The Council endorsed a position paper from the Australian Curriculum, Assessment and Reporting Authority (ACARA), and affirmed their commitment to an Australian Curriculum in all eight key learning areas under the Melbourne Declaration to ensure that every Australian school student is taught the same core curriculum and is judged against the same achievement standards.
However, NSW Education Minister, Adrian Piccoli, and Victorian Acting Minister for Education, Peter Hall expressed “a strong desire” that the national curriculum organisation, Australian Curriculum and Assessment Reporting Authority, focus on getting phase 1 of the National Curriculum right before moving into phases 2 and 3.
"It's time to draw breath and make sure the roll out of the National Curriculum in every jurisdiction does not diminish the high standards in our schools or put an unnecessary burden on our teachers," Education Minister Adrian Piccoli said.
Mr Hall said that the states and territories have an obligation to ensure national reform in education does not erode educational standards in the quest for national consistency.
The Ministers further questioned whether there was a need for an Australian Baccalaureate and raised the considerable costs of curriculum change.

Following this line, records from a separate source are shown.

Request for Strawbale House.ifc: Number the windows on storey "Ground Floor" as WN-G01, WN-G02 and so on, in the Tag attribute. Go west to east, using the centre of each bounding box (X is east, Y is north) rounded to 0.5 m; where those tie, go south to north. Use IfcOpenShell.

First a look at what the model holds.

```python
import ifcopenshell
import ifcopenshell.util.element
import ifcopenshell.util.placement

model = ifcopenshell.open("Strawbale House.ifc")
print(model.schema)
storey = next(s for s in model.by_type("IfcBuildingStorey") if s.Name == "Ground Floor")
windows = [e for e in ifcopenshell.util.element.get_decomposition(storey) if e.is_a("IfcWindow")]
for e in sorted(windows, key=lambda e: e.id()):
    origin = ifcopenshell.util.placement.get_local_placement(e.ObjectPlacement)[:3, 3]
    print(e.id(), e.Tag, e.Name, origin.round(2) + 0.0, sep=" | ")
```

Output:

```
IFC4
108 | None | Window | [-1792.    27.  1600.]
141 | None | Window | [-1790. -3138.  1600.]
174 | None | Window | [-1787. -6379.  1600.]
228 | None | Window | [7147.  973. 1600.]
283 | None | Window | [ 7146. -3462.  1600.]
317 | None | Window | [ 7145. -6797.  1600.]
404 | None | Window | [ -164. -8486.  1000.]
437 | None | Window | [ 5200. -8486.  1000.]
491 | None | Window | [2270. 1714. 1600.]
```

```python
import ifcopenshell
import ifcopenshell.geom
import ifcopenshell.util.element
import ifcopenshell.util.shape

model = ifcopenshell.open("Strawbale House.ifc")
settings = ifcopenshell.geom.settings()
settings.set("use-world-coords", True)


def centre(element):
    shape = ifcopenshell.geom.create_shape(settings, element)
    return ifcopenshell.util.shape.get_bbox_centroid(shape.geometry)


storey = next(s for s in model.by_type("IfcBuildingStorey") if s.Name == "Ground Floor")
windows = [e for e in ifcopenshell.util.element.get_decomposition(storey) if e.is_a("IfcWindow")]

# Insertion points can sit at a corner or the storey origin, so sort by the geometry (in metres).
centres = {e: centre(e) for e in windows}
windows.sort(key=lambda e: (round(centres[e][0] / 0.5), centres[e][1]))

for i, e in enumerate(windows, start=1):
    number = f"WN-G{i:02d}"
    e.Tag = number
    print(e.id(), number)

model.write("Strawbale House_updated.ifc")
```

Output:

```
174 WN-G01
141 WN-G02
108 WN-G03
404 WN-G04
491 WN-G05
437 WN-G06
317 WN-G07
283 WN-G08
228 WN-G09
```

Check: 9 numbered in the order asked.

"The Commonwealth has failed to take the full impact and cost of these curriculum changes into account," Mr Hall said.
Minister Piccoli said a single day of professional development for all teachers would cost each state many millions of dollars.
"If states are to make this kind of investment into a new curriculum we have to have confidence the curriculum is right and that the Commonwealth is prepared to support its implementation as well," Minister Piccoli said.
"Less widespread curriculum reform in NSW in the 1990s cost more than $60 million to implement in today's dollars. The Commonwealth needs to share the costs in this significant change to State education systems."
The ACARA position paper will be used to further revise the Shape of the Australian Curriculum, the next iteration of which ACARA will submit to Ministers in October, along with the validated achievement standards and curriculum support for students with disability, for endorsement.
The meeting was the last to be held by the Ministerial Council, which will become a Standing Council following agreement on the Council of Australian Governments’ governance reform agenda. The first meeting of the new Standing Council will be held in October.